I slipped out of the window with ease and ran to the edge of the island through the dewy grass. Clicking my tongue, and stretching my mouth into a wide ‘eeee’ I called to them, and they tumbled
over joyfully, leaping into the early morning sunrise, warm light glinting from their sleek grey backs.
“Airla!” They had their own special whistling sound for my name, and it rang across the smooth surface of the sea. The dolphins, as usual were quite hyperactive and turned somersaults in the
aitr as they came closer. A torrent of dolphin speaker hit my ears like two solid fists, telling me of their latest doings with unnecessary detail, how they had raced, who had won, and when, and
where. I felt drowned.
“The sea is warmer today!” piped up the smallest one, whose name was Leap, “Come and swim!”
“Thank you, but no,” I replied politely; thankful that at last they had quietened a little. “I cannot, I’m afraid.”
“Please!” they all whined as one, their mouths stretching into a wide dolphin pleading smile, tiny triangle teeth glinting.
I scrambled across the rocks, and looked down. The tide was in and the water was deep and dark, The dolphins didn’t seem to care, they were thrashing about like young children in a bath full of
“I would love to,” I lied (the water looked icy and unpleasant, but I couldn’t be so rude about their home) “But unfortunately I can’t.”
The dolphins looked dejected, but soon cheered up when i suggested they showed me their latest flips and tricks. I tumbled back over the rocks, not wanting to be splashed.
The dolphins somersaulted in a white spray of froth which framed against the rising sun looked like a beautiful painting. I clapped, and made what I hoped were approving noises (with animals, you
could never be sure, and it was very easy to get it wrong.) Thankfully, they were even more excited that I was enjoying it, and began doing every trick they could think of. I sat down on the still
dewy grass to watch my own private aerobatics performance.
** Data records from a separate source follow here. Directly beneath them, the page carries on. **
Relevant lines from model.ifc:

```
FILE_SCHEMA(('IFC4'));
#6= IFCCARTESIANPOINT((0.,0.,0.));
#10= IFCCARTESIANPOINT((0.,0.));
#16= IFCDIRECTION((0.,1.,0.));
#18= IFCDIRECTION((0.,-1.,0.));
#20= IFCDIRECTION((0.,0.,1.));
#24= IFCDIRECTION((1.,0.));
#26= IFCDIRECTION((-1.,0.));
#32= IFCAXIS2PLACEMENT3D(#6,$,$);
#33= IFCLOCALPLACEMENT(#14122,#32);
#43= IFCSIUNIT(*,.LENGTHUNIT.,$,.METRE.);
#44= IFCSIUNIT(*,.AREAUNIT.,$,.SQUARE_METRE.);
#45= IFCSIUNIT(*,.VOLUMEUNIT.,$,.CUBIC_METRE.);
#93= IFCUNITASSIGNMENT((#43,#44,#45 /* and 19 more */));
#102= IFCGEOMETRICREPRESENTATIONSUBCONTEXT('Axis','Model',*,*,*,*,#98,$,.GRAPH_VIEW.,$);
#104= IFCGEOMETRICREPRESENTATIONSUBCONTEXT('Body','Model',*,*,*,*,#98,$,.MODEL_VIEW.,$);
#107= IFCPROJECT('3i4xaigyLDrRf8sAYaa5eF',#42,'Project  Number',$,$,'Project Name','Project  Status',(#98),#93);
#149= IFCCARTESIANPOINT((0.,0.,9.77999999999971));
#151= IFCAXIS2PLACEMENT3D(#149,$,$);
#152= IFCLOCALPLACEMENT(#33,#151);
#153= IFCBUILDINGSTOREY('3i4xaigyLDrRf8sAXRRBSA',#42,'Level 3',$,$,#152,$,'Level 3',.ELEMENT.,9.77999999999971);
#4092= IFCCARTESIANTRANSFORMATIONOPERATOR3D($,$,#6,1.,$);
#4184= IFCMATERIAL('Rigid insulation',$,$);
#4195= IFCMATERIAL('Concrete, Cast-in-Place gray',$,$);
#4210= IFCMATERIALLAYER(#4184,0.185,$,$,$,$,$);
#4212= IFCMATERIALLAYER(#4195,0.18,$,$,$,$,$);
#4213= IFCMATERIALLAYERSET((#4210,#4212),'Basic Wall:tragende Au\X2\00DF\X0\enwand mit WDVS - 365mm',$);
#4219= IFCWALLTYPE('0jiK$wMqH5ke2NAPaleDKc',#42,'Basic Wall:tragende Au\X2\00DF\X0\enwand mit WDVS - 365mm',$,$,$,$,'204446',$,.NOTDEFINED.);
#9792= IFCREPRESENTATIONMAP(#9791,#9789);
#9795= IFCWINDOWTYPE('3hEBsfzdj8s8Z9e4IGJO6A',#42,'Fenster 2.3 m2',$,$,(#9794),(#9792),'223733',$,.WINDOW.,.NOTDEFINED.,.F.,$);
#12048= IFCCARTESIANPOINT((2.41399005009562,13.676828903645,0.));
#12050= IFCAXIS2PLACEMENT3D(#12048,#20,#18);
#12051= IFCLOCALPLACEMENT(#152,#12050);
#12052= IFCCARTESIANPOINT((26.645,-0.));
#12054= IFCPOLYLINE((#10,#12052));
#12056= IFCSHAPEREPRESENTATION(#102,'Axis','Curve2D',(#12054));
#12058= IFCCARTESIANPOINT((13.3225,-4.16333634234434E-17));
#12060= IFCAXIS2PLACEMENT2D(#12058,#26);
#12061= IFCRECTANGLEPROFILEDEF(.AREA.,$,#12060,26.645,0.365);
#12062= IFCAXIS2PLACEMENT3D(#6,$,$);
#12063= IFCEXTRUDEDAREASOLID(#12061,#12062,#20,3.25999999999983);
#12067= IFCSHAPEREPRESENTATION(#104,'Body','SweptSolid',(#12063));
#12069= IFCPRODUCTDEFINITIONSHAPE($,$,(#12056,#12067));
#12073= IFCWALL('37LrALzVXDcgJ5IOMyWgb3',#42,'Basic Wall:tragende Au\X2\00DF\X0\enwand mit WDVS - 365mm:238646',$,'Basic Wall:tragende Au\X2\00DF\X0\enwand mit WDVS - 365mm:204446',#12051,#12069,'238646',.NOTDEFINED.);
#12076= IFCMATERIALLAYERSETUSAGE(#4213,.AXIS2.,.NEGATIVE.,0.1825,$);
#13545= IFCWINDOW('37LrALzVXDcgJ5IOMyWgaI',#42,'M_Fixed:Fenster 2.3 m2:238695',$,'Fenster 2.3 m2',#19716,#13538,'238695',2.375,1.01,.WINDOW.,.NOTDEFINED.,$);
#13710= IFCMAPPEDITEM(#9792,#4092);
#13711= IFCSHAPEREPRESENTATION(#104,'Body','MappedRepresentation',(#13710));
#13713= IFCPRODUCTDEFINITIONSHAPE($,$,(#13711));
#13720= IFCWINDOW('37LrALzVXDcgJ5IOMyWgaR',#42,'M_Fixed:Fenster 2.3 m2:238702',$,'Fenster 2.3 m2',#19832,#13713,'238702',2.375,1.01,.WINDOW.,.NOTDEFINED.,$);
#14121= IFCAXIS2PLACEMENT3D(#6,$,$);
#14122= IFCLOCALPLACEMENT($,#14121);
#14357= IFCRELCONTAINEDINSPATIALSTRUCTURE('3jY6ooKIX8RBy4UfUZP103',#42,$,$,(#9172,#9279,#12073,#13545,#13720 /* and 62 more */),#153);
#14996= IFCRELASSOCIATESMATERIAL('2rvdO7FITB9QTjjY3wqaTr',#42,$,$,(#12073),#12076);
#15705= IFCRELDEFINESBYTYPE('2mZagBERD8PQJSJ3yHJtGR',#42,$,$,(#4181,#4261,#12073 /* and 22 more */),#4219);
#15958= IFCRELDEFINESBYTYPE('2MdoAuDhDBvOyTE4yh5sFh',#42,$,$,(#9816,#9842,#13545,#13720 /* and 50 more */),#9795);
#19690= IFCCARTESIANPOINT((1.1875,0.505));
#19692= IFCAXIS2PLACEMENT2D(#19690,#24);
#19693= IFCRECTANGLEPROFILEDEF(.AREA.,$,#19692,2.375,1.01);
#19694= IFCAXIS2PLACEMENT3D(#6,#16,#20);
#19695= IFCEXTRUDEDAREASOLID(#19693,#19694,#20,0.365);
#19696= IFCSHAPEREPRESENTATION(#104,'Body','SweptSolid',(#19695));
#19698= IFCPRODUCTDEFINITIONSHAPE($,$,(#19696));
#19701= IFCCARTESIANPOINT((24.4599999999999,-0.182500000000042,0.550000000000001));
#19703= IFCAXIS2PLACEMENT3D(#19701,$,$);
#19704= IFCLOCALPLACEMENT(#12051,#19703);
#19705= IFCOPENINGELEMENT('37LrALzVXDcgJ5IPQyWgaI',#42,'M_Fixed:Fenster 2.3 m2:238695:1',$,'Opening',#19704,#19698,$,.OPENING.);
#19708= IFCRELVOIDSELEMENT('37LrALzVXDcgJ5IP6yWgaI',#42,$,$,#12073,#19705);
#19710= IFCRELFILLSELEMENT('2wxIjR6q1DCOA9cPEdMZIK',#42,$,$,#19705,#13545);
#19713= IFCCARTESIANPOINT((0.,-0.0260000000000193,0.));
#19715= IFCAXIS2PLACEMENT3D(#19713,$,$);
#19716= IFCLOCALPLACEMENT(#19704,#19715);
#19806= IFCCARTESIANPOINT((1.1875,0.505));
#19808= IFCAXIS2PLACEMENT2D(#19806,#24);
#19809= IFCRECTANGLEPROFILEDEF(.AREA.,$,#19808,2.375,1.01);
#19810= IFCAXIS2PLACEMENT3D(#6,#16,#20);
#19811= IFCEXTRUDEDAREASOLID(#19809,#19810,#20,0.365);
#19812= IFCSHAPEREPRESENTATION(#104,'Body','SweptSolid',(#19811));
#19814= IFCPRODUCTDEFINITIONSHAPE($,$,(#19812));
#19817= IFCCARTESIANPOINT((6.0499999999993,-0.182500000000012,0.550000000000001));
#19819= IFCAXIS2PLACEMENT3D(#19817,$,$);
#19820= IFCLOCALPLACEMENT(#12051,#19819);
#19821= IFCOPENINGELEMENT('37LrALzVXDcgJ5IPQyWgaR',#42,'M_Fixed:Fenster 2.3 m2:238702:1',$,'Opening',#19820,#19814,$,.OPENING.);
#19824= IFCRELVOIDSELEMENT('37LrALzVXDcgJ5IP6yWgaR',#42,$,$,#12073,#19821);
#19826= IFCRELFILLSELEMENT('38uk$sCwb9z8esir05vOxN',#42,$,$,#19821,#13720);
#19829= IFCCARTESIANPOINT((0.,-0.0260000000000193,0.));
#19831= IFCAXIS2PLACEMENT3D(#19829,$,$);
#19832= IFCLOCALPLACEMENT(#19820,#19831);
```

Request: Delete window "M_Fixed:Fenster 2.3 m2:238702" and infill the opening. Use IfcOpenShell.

```python
import ifcopenshell
import ifcopenshell.api.feature
import ifcopenshell.api.root
import ifcopenshell.geom
import ifcopenshell.util.shape

model = ifcopenshell.open("model.ifc")
settings = ifcopenshell.geom.settings()


def volume(element):
    """Net volume in cubic metres, openings subtracted."""
    shape = ifcopenshell.geom.create_shape(settings, element)
    return ifcopenshell.util.shape.get_volume(shape.geometry)


window = model.by_id(13720)
opening = window.FillsVoids[0].RelatingOpeningElement
wall = opening.VoidsElements[0].RelatingBuildingElement
before = volume(wall)

ifcopenshell.api.root.remove_product(model, product=window)
ifcopenshell.api.feature.remove_feature(model, feature=opening)

after = volume(wall)

print(f"wall volume {before:.3f} -> {after:.3f} m3")

model.write("model_edited.ifc")
```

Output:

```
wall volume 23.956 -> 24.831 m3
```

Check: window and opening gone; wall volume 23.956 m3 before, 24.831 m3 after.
When the sun had fully risen, I regretfully got up to leave. They were sad to see me go, but when I promised to return soon, they cheered up and danced away, still as hyperactive and crazy as they
always were. My sleepless night was forgotten, blown away by their happiness, and a smile was glued to my face. With a skip in my step, I slipped back into the still awaking village and felt as
happy as the sun shining warmly on my neck.